> Directions
With both ends included, repeat exactly the lines of the entries below from the one containing "#203=IFCINDEXEDPOLYGONALFACE((1,3,7,5));" down to the one containing "#210=IFCSHAPEREPRESENTATION(#29,'Body','Tessellation',(#209));", and no others.

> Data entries
>>>>
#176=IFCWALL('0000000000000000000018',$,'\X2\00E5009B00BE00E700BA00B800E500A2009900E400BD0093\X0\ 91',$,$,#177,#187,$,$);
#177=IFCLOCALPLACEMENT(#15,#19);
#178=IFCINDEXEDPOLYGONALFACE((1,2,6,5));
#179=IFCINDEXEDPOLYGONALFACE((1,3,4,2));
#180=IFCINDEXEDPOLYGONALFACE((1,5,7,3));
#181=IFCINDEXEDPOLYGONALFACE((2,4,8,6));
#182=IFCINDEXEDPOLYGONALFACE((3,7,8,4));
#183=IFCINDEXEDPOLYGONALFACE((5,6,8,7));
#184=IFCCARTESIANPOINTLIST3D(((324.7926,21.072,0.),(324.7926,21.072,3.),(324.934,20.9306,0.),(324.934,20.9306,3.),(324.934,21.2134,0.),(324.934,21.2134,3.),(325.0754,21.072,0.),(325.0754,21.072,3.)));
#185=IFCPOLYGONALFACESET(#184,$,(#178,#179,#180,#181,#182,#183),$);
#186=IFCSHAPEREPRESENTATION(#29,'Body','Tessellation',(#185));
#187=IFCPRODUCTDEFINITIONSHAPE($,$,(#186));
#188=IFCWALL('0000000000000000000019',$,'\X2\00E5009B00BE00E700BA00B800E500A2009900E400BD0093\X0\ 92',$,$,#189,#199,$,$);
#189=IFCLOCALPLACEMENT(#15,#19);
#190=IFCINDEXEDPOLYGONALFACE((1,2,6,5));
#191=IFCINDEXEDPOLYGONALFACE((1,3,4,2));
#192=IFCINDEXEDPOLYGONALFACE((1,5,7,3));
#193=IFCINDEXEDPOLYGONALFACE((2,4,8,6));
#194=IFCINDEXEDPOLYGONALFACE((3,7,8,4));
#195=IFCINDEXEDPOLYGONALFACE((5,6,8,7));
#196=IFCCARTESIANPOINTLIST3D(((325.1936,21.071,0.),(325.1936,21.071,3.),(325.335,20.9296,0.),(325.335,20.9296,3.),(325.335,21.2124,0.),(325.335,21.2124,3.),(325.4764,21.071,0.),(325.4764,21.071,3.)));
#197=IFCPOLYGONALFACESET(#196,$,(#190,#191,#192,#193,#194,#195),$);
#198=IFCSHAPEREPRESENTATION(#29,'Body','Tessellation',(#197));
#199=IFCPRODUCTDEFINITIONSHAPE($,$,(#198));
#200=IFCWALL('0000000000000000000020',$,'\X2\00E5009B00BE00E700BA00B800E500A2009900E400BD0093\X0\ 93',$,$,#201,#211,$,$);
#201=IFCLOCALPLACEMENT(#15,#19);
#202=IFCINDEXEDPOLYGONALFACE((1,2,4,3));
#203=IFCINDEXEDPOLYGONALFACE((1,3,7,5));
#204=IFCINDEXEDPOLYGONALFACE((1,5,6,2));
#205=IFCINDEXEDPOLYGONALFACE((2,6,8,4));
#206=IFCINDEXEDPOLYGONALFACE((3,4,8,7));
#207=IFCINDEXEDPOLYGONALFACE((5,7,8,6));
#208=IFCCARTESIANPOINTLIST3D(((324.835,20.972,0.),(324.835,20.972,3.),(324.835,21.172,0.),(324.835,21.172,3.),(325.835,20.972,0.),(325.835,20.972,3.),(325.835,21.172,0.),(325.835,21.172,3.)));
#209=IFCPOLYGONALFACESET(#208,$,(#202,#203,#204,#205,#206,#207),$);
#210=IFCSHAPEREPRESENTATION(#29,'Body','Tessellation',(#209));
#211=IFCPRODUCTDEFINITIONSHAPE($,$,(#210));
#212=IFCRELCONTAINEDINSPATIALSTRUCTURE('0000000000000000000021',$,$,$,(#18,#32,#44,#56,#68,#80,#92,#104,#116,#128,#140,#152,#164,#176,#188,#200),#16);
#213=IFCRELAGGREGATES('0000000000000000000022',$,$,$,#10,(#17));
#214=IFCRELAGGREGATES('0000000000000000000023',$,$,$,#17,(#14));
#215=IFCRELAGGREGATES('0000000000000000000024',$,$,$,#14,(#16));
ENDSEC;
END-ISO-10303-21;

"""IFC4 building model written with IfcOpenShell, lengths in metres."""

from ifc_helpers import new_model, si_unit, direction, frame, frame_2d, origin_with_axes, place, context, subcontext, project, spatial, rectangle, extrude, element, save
<<<<
> Output
#203=IFCINDEXEDPOLYGONALFACE((1,3,7,5));
#204=IFCINDEXEDPOLYGONALFACE((1,5,6,2));
#205=IFCINDEXEDPOLYGONALFACE((2,6,8,4));
#206=IFCINDEXEDPOLYGONALFACE((3,4,8,7));
#207=IFCINDEXEDPOLYGONALFACE((5,7,8,6));
#208=IFCCARTESIANPOINTLIST3D(((324.835,20.972,0.),(324.835,20.972,3.),(324.835,21.172,0.),(324.835,21.172,3.),(325.835,20.972,0.),(325.835,20.972,3.),(325.835,21.172,0.),(325.835,21.172,3.)));
#209=IFCPOLYGONALFACESET(#208,$,(#202,#203,#204,#205,#206,#207),$);
#210=IFCSHAPEREPRESENTATION(#29,'Body','Tessellation',(#209));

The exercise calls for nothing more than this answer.